At the beginning of last summer the left-hander sat 11 runs shy of a record back-to-back four centuries in first-class cricket but still wasn't able to break into the New Zealand A team, never mind the Black Caps test side.
Ryder had had his share of run-ins with New Zealand Cricket and the writing was on the wall despite calls from cricket scribes around the country to urge former Black Caps coach Mike Hesson to throw him another lifeline.
On the other hand, CD Cricket opted to bank on two 21-year-old allrounders, South African-born Willem Ludick, of Nelson, and Christian Leopard, of Napier in their 16-strong squad this summer, along with Josh Clarkson, 21.
One-cap-old Ludick and Leopard proved their worth on Wednesday with some resolute batting in defending champion Stags' opening Plunket Shield match ending against the Canterbury Kings at Saxton Oval today.
"He started [playing for NTOB] in 2003, I think, when he left Napier Boys' High School so he'll probably finish there, too," says Freer of Ryder.
"At this stage he's just happy to play club cricket with a good group of mates and stay out of the limelight, mate, in trying to help out the club as much as possible."
Part of Freer's role is to help develop the juniors in both codes in light of dwindling numbers to ensure the stocks will go through to an elite level.
"Numbers are still very hard to come by," he says, revealing current membership is steady but certainly showing no signs of growth.
Freer puts some of it down to commitments people have to things outside sport and life.
"There's so much to offer a kid these days because only 20 years ago it was probably only rugby, cricket and soccer but now there are so many sports available that it's becoming hard for us to hold on to the mainstream ones."
The 30-year-old's position came into existence from September 1 after club secretary Jacqui Gardiner and rugby counterpart Steve Bryan retired.
"The two presidents got together to decide it was best to go back to the one administrator role ... to make life a little easier," he says of cricket and rugby, who share the clubrooms and facilities at Whitmore Park.
Freer says Gardiner was made the first female life member of the NTOB club at its annual meeting last month.
"She was really humbled to receive that," he says, lauding her for strong personality over the years.
"She used to keep the boys in line and has been awesome."
Freer also will perform some of the organisational tasks Smidt used to do.
He used to run the Active Indoor Sports Centre at the Pandora industrial site which he sold in 2012.

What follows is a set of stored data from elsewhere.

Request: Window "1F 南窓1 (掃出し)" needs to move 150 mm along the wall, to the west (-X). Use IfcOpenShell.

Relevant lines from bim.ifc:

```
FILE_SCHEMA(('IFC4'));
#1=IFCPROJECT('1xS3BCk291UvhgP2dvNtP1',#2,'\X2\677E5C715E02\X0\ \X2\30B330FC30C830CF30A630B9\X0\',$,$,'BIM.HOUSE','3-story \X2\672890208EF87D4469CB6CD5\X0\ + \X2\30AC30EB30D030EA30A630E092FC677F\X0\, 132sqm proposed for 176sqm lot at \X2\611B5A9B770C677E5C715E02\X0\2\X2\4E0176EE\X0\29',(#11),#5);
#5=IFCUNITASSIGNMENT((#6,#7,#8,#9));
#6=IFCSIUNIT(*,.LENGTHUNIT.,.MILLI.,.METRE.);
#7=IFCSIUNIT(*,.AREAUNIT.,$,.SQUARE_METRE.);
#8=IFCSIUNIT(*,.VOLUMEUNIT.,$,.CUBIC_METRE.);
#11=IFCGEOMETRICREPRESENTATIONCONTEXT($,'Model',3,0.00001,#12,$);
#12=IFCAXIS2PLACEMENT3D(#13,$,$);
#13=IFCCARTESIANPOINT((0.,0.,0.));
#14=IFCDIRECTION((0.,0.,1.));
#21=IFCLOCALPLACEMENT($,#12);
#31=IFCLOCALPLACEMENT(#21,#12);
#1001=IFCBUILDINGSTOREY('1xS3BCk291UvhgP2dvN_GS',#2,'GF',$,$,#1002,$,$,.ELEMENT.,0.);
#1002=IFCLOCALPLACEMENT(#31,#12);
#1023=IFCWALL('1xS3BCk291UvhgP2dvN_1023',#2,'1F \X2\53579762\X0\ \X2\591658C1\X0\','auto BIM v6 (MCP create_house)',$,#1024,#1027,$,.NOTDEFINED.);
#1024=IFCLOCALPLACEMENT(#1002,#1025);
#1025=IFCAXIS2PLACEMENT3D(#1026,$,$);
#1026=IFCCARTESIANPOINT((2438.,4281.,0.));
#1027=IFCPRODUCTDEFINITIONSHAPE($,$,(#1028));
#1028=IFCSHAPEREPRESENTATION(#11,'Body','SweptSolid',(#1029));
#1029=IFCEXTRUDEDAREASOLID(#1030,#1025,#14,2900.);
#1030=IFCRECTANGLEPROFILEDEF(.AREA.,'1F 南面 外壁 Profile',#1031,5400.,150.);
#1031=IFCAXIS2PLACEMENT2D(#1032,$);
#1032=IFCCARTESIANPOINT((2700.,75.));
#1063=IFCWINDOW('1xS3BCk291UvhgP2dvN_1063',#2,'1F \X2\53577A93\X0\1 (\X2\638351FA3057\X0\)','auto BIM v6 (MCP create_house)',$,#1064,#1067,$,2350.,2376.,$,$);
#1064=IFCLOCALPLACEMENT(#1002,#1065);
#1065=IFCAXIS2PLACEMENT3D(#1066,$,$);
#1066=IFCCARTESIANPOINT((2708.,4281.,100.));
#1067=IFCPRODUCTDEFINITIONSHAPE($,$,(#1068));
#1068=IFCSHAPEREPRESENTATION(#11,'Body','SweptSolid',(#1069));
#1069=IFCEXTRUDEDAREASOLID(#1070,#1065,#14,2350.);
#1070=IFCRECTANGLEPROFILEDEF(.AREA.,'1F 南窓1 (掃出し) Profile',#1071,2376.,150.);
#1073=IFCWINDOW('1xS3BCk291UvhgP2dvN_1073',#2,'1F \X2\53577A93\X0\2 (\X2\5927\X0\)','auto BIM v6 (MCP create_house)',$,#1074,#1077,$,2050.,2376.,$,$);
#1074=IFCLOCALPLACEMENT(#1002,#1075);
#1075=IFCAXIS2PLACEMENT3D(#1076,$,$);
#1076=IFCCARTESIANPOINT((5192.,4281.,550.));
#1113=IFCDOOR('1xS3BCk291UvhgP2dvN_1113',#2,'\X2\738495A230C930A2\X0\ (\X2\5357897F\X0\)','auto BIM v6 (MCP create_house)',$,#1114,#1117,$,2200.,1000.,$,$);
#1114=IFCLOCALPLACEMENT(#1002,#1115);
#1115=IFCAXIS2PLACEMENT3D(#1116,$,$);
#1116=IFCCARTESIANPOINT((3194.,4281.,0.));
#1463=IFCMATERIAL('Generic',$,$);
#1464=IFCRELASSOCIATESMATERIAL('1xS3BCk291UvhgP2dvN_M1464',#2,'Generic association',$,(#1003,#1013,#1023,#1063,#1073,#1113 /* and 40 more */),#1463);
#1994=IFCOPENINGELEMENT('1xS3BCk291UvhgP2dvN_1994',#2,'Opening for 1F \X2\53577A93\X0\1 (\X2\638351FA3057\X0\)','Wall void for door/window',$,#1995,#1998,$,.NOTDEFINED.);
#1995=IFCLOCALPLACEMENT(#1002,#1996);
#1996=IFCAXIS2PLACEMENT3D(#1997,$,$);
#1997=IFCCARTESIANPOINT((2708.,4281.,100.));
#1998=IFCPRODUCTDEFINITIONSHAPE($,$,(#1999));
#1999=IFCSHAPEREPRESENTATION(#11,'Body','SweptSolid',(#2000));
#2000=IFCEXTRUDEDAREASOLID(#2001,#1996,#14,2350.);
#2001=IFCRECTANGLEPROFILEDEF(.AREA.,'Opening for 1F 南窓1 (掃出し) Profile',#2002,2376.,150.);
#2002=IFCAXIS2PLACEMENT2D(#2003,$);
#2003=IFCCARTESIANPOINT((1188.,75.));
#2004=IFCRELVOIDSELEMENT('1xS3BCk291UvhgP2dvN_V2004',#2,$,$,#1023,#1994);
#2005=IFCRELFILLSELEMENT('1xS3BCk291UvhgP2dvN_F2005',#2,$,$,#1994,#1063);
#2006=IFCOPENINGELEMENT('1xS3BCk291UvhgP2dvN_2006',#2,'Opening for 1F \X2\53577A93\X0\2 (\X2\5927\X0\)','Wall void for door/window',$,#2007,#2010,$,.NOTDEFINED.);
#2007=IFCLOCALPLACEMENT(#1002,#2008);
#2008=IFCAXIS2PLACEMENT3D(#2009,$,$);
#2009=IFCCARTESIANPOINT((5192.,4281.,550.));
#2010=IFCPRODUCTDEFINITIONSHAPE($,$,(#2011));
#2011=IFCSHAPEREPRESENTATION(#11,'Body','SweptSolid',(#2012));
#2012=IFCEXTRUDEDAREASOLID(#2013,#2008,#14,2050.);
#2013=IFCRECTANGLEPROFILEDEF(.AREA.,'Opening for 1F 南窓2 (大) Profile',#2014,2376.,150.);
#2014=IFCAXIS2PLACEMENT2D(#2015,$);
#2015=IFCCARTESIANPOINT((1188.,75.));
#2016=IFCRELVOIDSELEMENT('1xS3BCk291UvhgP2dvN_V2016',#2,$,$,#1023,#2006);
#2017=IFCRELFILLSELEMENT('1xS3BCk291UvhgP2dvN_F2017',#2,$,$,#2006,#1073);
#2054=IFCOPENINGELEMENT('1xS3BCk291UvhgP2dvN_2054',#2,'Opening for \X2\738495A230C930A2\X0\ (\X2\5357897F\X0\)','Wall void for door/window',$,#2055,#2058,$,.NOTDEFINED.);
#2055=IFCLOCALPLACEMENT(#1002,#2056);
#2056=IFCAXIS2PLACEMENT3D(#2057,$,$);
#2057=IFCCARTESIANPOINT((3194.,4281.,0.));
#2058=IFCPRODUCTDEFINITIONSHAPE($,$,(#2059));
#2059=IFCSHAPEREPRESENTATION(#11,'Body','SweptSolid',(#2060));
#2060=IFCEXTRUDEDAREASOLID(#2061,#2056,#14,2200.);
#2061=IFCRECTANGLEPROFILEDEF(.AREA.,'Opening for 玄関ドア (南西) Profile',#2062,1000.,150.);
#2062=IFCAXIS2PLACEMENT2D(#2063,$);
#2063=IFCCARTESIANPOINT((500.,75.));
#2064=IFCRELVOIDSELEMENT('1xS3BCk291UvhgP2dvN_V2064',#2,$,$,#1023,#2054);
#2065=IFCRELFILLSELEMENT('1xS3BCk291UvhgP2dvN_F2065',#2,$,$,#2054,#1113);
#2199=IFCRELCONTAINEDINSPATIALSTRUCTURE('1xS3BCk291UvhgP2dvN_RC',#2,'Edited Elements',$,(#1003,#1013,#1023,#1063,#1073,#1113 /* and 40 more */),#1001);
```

```python
import ifcopenshell
import ifcopenshell.api.geometry
import ifcopenshell.util.placement

model = ifcopenshell.open("bim.ifc")

window = model.by_guid("1xS3BCk291UvhgP2dvN_1063")
opening = window.FillsVoids[0].RelatingOpeningElement
wall = opening.VoidsElements[0].RelatingBuildingElement

wall_matrix = ifcopenshell.util.placement.get_local_placement(wall.ObjectPlacement)
shift = wall_matrix[:3, 0] * -150.0
before = ifcopenshell.util.placement.get_local_placement(window.ObjectPlacement)[:3, 3].copy()

# The window is not placed relative to its opening, so move both.
for product in (opening, window):
    matrix = ifcopenshell.util.placement.get_local_placement(product.ObjectPlacement)
    matrix[:3, 3] += shift
    ifcopenshell.api.geometry.edit_object_placement(model, product=product, matrix=matrix, is_si=False)

after = ifcopenshell.util.placement.get_local_placement(window.ObjectPlacement)[:3, 3]
print("window moved by", (after - before).round(3) + 0.0)

model.write("bim_rev.ifc")
```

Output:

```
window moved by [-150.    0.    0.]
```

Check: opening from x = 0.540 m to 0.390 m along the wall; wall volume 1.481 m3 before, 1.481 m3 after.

After a two-year stint with the Westpac branch in Napier, Freer worked as commercial property manager in Tauranga for four years where he played for the Otumoetai Cadets premier men's side.
When wife Rochelle gave birth to baby Ida 15 months ago the couple decided to return to Napier "because you have more baby sitters here".
Veteran Bronson Meehan, after helping out occasionally, returns fulltime and former You Travel Taradale CC member Kieran Noema-Barnett also is registered with NTOB but Freer reckons they'll be lucky to have the services of the former Stags skipper who has returned to the CD fold after the birth of a child while plying his trade in England.
Noema-Barnett is travelling with interim CD coach Ben Smith, of England, who is filling in while Malan is away with the NZ A side on the tour of UAE.
The prem men start with the 55-over English-style competition with all three matches at Nelson Park, Napier, where NTOB face last season's last-placed overall team Heretaunga Building Society Cornwall CC.
Second-placed Havelock North CC play fifth-placed The Station Napier Old Boys' Marist while Ruahine Motors Central Hawke's Bay CC face Taradale in the third and fourth-placed sides.
HB Cricket chairman Craig Findlay says it's a five-round competition but the MJF [Mike] Shrimpton Memorial Trophy one-dayers will punctuate the longer format from Saturday next week.
"We'll also play five 50-over matches which will double up as the New Zealand club qualifiers, which have to be played before Christmas," Findlay says.